Noblesse: la grazia architettonica di Capri Sposa
Con “Noblesse”, Capri Sposa propone una visione diversa, ma altrettanto intensa. La collezione racconta una femminilità raffinata e consapevole, dove la sensualità non è mai ostentata ma suggerita attraverso linee armoniose e proporzioni studiate.
Gli abiti sembrano vere e proprie architetture tessili: volumi calibrati, pizzi ricamati che incidono la materia e code scenografiche che si muovono con leggerezza. I tessuti dialogano con la luce, creando superfici vibranti che esaltano ogni movimento della sposa.
Il risultato è un equilibrio perfetto tra potenza e grazia, tra classicismo e modernità. La donna che indossa Noblesse non è una figura eterea, ma una presenza forte e consapevole, capace di abitare l’abito con naturale eleganza.

Felicia Couture e il giardino segreto della sposa
Con “The Secret Garden”, Felicia Couture conduce invece gli ospiti in un universo romantico e quasi fiabesco. L’immaginario della collezione richiama atmosfere Regency e suggestioni contemporanee che evocano l’eleganza narrativa di Bridgerton.
Tra ricami floreali, tessuti impalpabili e silhouette fluide, gli abiti sembrano emergere da un giardino incantato. Il romanticismo è il cuore della collezione, ma viene reinterpretato con un linguaggio moderno che celebra la libertà e l’individualità della donna.
La sposa Felicia Couture è delicata ma determinata, poetica ma contemporanea: una figura autonoma che attraversa lo spazio con grazia e sicurezza.

La regia scenografica dell’evento
A firmare la regia e il concept scenografico della serata è stata la celebre event creator e designer Cira Lombardo, che ha trasformato Palazzo Belvedere in un vero teatro della moda.
La passerella, immersa in un’atmosfera luminosa e sofisticata, ha esaltato i dettagli couture delle creazioni: pizzi ricamati a mano, trasparenze leggere, volumi scultorei e giochi di luce che accompagnavano ogni movimento delle modelle.

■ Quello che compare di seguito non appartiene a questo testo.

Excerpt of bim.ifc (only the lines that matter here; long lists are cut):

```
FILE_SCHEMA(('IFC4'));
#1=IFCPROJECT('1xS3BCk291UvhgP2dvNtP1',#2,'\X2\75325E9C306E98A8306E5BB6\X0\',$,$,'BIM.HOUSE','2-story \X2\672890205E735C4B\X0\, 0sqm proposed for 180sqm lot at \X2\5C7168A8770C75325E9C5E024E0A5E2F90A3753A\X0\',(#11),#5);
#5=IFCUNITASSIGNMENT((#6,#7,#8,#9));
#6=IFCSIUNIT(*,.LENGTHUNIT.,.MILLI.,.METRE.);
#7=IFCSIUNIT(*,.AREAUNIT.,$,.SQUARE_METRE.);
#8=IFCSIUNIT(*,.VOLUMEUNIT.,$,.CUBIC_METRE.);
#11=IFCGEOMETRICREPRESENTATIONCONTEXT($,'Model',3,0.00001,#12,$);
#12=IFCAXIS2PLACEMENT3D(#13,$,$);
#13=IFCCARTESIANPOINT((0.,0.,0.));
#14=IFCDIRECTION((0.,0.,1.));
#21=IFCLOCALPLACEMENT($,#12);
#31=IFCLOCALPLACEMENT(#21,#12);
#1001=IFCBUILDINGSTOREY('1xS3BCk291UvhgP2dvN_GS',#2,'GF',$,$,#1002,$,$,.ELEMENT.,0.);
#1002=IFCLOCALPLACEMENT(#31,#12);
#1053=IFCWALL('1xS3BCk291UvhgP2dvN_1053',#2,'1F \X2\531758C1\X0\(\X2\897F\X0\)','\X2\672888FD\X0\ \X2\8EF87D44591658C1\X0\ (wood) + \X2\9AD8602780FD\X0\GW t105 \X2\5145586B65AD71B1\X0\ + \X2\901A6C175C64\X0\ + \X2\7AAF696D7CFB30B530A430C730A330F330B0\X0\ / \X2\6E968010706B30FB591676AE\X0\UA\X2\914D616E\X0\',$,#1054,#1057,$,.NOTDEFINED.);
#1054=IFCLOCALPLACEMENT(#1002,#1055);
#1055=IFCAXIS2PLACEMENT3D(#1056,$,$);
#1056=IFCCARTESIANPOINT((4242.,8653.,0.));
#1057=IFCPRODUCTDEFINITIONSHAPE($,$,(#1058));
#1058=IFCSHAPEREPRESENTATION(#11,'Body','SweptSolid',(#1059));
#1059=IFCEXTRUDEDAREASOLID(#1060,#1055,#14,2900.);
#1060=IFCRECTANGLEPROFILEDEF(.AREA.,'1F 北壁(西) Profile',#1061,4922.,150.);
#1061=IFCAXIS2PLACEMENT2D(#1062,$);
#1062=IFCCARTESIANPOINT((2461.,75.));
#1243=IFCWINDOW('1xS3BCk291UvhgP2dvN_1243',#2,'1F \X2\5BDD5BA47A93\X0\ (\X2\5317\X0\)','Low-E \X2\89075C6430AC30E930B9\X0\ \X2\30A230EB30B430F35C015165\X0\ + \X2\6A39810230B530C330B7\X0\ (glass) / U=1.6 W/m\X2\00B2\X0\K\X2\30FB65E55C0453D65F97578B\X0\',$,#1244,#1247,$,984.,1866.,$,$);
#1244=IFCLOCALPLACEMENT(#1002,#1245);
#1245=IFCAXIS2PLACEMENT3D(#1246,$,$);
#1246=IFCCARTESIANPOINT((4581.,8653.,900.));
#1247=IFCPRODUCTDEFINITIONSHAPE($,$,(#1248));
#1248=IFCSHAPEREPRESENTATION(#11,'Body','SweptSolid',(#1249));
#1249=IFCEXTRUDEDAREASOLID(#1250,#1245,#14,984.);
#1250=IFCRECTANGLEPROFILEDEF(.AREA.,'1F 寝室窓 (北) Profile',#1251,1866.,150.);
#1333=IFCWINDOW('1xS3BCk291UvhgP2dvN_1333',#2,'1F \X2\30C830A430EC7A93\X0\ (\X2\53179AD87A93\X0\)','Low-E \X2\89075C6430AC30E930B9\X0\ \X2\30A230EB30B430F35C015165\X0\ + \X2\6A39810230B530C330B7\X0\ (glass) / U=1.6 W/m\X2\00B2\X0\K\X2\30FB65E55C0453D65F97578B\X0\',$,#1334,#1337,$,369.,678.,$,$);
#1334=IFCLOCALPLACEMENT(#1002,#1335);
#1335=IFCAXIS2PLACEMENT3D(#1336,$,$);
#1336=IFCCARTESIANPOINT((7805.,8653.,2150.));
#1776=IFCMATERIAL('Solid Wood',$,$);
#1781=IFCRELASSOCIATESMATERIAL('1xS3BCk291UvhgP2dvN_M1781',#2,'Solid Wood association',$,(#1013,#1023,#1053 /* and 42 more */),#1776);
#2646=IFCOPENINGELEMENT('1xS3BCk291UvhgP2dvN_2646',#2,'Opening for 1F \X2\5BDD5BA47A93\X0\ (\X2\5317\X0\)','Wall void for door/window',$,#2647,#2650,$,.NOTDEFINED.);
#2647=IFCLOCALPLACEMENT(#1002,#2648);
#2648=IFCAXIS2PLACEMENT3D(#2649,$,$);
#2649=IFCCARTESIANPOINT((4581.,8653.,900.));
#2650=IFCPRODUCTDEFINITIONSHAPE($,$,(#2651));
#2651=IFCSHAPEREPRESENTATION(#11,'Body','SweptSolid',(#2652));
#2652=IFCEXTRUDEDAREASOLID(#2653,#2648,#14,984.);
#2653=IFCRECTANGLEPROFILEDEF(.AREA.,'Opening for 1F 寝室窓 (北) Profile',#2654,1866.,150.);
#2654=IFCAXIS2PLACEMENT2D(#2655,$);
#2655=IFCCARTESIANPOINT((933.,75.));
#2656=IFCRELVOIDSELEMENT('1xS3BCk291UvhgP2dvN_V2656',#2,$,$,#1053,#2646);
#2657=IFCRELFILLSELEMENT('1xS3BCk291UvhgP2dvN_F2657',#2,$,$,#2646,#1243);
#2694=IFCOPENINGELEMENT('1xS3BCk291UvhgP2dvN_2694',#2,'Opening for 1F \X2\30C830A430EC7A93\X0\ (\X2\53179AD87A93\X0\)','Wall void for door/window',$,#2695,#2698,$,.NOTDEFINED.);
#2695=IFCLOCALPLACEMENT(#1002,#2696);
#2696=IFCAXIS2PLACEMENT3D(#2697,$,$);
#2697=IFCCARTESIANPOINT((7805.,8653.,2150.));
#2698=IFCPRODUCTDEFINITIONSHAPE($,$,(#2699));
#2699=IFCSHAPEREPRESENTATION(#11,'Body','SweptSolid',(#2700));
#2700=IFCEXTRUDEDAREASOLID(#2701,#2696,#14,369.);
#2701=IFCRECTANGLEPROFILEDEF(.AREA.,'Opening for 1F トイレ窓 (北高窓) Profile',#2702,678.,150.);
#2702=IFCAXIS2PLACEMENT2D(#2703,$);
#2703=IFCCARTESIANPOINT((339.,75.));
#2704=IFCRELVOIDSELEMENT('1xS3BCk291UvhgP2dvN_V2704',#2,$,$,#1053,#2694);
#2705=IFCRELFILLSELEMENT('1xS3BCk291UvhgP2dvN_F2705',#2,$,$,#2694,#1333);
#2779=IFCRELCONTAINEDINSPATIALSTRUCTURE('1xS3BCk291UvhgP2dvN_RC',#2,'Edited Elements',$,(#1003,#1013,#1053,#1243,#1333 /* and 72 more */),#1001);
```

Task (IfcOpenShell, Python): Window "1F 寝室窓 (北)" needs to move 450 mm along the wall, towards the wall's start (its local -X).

```python
import ifcopenshell
import ifcopenshell.api.geometry
import ifcopenshell.util.placement
import ifcopenshell.util.unit

model = ifcopenshell.open("bim.ifc")
unit_scale = ifcopenshell.util.unit.calculate_unit_scale(model)

window = model.by_id(1243)
opening = window.FillsVoids[0].RelatingOpeningElement
wall = opening.VoidsElements[0].RelatingBuildingElement

wall_matrix = ifcopenshell.util.placement.get_local_placement(wall.ObjectPlacement)
shift = wall_matrix[:3, 0] * -0.45 / unit_scale
before = ifcopenshell.util.placement.get_local_placement(window.ObjectPlacement)[:3, 3].copy()

# The window is not placed relative to its opening, so move both.
for product in (opening, window):
    matrix = ifcopenshell.util.placement.get_local_placement(product.ObjectPlacement)
    matrix[:3, 3] += shift
    ifcopenshell.api.geometry.edit_object_placement(model, product=product, matrix=matrix, is_si=False)

after = ifcopenshell.util.placement.get_local_placement(window.ObjectPlacement)[:3, 3]
print("window moved by", (after - before).round(3) + 0.0)

model.write("bim_rev.ifc")
```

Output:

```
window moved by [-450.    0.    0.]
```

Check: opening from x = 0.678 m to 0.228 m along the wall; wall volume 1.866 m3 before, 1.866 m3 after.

Nei giorni successivi, il Couture Bridal Salon ha offerto ai buyer un momento più intimo e professionale, permettendo di scoprire da vicino l’eccellenza sartoriale delle maison e di entrare nel cuore creativo delle collezioni.
Napoli sotto i riflettori della moda sposa
Grande entusiasmo anche da parte di Lorenzo Albanese, che ha sottolineato come il successo dell’evento confermi la forza e l’identità delle maison italiane nel panorama internazionale della bridal couture.
Per tre giorni Napoli si è trasformata in una vera capitale della moda sposa, una vetrina luminosa in cui tradizione artigianale, innovazione stilistica e visione contemporanea si sono incontrate.
Tra passerelle scenografiche, gala raffinati e incontri esclusivi con i professionisti del settore, le collezioni 2027 di Michela Ferriero, Capri Sposa e Felicia Couture hanno dimostrato come la bridal couture italiana continui a raccontare il sogno dell’abito perfetto.
Un sogno fatto di tessuti preziosi, silhouette scolpite e dettagli couture che, sotto la luce di Napoli, ha preso forma in tutta la sua eleganza.